Interfacial properties of binary mixtures of simple fluids and their relation to the phase diagram

Abstract

Interfacial properties of binary fluid mixtures were studied using both molecular dynamics (MD) simulations and density gradient theory (DGT). The focus of the study is on the relation of the interfacial properties to the phase diagram of the mixture. Two binary Lennard-Jones mixtures were investigated in a wide range of states: a highly asymmetric mixture (type III), which exhibits vapour–liquid equilibria (VL₁E and VL₂E), liquid–liquid equilibria (L₁L₂E), a three-phase equilibrium (VL₁L₂E), and supercritical fluid–fluid equilibria (F₁F₂E), and, as a reference, an ideal mixture (type I).
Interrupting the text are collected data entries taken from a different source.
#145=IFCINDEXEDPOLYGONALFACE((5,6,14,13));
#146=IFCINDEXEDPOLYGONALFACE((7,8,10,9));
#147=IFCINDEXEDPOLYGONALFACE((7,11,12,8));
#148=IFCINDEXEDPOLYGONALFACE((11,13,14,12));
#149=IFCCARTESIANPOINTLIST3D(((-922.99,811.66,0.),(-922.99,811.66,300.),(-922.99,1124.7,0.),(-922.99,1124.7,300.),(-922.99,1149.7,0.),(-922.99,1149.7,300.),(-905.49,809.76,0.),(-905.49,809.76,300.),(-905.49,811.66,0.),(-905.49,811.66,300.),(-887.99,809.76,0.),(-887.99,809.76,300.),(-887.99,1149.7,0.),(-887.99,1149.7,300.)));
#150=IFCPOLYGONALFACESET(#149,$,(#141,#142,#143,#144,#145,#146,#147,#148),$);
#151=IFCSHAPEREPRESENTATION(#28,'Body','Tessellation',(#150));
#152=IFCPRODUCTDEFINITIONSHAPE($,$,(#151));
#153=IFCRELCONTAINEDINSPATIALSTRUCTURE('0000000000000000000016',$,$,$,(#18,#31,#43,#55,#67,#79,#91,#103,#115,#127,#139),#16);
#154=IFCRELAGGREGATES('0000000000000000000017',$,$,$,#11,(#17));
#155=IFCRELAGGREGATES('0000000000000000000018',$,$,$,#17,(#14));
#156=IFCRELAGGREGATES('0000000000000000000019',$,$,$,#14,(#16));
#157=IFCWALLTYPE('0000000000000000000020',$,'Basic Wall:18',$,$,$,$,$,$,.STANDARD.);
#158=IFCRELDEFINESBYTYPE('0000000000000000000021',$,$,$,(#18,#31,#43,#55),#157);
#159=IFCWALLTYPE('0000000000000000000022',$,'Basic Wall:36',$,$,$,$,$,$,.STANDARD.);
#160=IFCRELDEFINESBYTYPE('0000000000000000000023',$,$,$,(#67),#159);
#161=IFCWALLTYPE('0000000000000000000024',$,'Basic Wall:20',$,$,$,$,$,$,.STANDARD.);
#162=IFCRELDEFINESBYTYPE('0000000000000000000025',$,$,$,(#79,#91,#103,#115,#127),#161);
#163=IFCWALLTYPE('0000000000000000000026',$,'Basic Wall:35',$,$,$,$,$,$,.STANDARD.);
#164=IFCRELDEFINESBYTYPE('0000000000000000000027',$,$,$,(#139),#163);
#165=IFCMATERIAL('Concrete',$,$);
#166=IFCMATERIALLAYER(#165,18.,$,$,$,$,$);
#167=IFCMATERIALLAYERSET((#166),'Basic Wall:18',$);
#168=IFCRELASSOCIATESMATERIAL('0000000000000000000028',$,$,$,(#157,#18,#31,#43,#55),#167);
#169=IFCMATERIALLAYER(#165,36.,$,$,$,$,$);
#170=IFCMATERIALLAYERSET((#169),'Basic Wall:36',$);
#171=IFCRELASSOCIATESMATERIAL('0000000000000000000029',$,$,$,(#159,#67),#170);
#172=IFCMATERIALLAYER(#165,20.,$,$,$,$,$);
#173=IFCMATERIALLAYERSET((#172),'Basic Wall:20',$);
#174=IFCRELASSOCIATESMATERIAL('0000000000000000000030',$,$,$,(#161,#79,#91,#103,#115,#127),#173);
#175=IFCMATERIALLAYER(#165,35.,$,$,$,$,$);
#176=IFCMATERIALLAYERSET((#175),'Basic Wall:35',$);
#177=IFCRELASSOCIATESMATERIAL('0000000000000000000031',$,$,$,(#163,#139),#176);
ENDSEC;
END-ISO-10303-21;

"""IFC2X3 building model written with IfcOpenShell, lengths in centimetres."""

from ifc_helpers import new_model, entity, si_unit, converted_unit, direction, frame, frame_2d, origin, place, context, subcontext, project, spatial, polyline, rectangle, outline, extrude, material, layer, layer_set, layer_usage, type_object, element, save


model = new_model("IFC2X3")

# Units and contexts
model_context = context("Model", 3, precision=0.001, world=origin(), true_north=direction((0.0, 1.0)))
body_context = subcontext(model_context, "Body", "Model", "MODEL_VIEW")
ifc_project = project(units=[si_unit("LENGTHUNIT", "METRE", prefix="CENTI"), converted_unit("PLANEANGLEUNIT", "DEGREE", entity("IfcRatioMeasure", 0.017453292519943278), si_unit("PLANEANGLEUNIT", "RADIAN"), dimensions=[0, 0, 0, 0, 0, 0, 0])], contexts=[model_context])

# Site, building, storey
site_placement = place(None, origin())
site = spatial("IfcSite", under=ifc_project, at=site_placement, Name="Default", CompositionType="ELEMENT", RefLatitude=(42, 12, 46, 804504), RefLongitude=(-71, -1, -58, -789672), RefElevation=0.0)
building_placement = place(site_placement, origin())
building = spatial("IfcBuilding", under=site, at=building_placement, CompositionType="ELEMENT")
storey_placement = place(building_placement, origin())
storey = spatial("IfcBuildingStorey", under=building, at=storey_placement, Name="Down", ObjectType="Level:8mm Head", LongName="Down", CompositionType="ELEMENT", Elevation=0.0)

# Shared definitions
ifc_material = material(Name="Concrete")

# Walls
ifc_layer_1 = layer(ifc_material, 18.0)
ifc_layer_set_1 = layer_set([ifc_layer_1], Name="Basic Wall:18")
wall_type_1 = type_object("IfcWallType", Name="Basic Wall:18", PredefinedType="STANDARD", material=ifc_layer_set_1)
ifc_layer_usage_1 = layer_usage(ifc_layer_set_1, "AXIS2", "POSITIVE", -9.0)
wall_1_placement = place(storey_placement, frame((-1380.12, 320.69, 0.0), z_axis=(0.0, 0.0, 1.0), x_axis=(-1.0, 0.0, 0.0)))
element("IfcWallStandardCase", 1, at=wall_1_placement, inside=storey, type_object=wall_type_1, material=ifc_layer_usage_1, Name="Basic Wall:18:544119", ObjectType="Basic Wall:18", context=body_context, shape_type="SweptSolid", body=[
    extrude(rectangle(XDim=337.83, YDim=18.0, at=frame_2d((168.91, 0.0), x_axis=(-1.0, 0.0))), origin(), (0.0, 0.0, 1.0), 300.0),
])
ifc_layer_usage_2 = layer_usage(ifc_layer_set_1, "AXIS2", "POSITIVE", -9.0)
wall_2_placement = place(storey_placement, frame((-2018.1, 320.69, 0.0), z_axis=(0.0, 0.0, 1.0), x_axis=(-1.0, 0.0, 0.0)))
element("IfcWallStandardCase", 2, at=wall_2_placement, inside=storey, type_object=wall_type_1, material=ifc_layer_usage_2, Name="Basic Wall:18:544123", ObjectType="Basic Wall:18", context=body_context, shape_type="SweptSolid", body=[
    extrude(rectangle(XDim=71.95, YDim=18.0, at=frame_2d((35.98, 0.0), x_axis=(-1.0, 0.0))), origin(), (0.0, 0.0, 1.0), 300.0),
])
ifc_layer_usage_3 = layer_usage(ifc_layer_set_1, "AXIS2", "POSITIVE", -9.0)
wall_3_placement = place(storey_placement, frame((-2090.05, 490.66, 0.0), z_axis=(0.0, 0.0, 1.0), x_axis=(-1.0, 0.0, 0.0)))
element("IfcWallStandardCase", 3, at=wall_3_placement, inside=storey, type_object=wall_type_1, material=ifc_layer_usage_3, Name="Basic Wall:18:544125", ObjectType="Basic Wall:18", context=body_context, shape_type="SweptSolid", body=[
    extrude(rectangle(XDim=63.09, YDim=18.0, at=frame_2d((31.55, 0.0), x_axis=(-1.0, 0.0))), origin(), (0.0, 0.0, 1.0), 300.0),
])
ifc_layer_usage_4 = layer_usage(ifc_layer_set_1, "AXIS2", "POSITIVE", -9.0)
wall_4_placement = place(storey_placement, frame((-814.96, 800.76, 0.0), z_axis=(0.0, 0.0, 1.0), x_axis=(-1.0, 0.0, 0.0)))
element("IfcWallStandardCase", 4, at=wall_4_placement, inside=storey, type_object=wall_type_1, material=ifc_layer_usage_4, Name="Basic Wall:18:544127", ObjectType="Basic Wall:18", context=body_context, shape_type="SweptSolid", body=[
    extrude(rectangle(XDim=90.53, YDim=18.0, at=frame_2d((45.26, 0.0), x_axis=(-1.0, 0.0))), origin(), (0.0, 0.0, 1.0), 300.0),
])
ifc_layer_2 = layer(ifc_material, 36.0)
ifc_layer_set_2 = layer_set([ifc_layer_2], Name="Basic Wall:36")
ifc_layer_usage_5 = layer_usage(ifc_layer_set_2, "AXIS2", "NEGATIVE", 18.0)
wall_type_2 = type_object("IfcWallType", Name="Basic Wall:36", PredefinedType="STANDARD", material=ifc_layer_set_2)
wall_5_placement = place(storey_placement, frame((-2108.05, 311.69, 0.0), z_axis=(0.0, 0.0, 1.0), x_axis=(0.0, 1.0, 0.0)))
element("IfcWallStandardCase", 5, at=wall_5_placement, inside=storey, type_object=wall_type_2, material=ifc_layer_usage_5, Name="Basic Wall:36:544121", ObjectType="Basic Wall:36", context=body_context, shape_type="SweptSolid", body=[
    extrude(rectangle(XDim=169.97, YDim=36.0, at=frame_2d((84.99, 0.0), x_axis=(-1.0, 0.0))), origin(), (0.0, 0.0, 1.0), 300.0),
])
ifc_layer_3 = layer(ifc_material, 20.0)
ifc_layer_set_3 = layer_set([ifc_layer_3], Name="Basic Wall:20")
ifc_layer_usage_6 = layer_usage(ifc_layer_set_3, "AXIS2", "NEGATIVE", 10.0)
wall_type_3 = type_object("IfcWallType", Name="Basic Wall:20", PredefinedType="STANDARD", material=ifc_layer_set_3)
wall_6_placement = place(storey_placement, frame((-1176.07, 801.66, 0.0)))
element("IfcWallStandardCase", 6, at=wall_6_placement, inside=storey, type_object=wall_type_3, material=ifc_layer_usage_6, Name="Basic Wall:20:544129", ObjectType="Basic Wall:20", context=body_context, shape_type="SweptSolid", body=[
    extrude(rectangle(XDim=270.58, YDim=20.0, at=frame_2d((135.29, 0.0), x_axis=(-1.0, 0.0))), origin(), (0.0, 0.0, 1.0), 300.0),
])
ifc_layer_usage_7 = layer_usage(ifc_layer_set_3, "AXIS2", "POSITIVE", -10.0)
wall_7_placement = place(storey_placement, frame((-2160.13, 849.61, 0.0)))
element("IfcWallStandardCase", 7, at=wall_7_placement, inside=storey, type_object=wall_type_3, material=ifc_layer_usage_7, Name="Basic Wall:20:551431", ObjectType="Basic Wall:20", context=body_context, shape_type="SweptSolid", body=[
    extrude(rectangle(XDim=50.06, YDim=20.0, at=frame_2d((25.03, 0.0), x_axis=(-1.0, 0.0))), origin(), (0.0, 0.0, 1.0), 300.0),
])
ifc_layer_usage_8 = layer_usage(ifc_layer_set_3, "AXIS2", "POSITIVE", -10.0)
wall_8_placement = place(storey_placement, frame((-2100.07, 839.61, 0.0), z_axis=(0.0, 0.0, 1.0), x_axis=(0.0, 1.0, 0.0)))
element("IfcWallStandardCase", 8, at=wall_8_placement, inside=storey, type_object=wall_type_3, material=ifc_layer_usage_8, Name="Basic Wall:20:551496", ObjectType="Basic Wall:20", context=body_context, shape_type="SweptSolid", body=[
The studied interfacial properties are: the surface tension, the relative adsorption, the width of the interfacial region, and the enrichment of the low-boiling component, on which we set a focus. Enrichment was observed at VL₁ interfaces; and, to a small extent, also at L₁L₂ interfaces; but not at the supercritical F₁F₂ interfaces. The large enrichment found at VL₁ interfaces of the type III mixture can be interpreted as a wetting transition: approaching the VL₁L₂E three-phase line from the VL₁ side, the enrichment gets stronger and can be interpreted as precursor of the second liquid phase L₂. However, the actual existence of a three-phase line in the phase diagram is no prerequisite for an enrichment. The enrichment is found to be highly temperature-dependent and increases with decreasing temperature.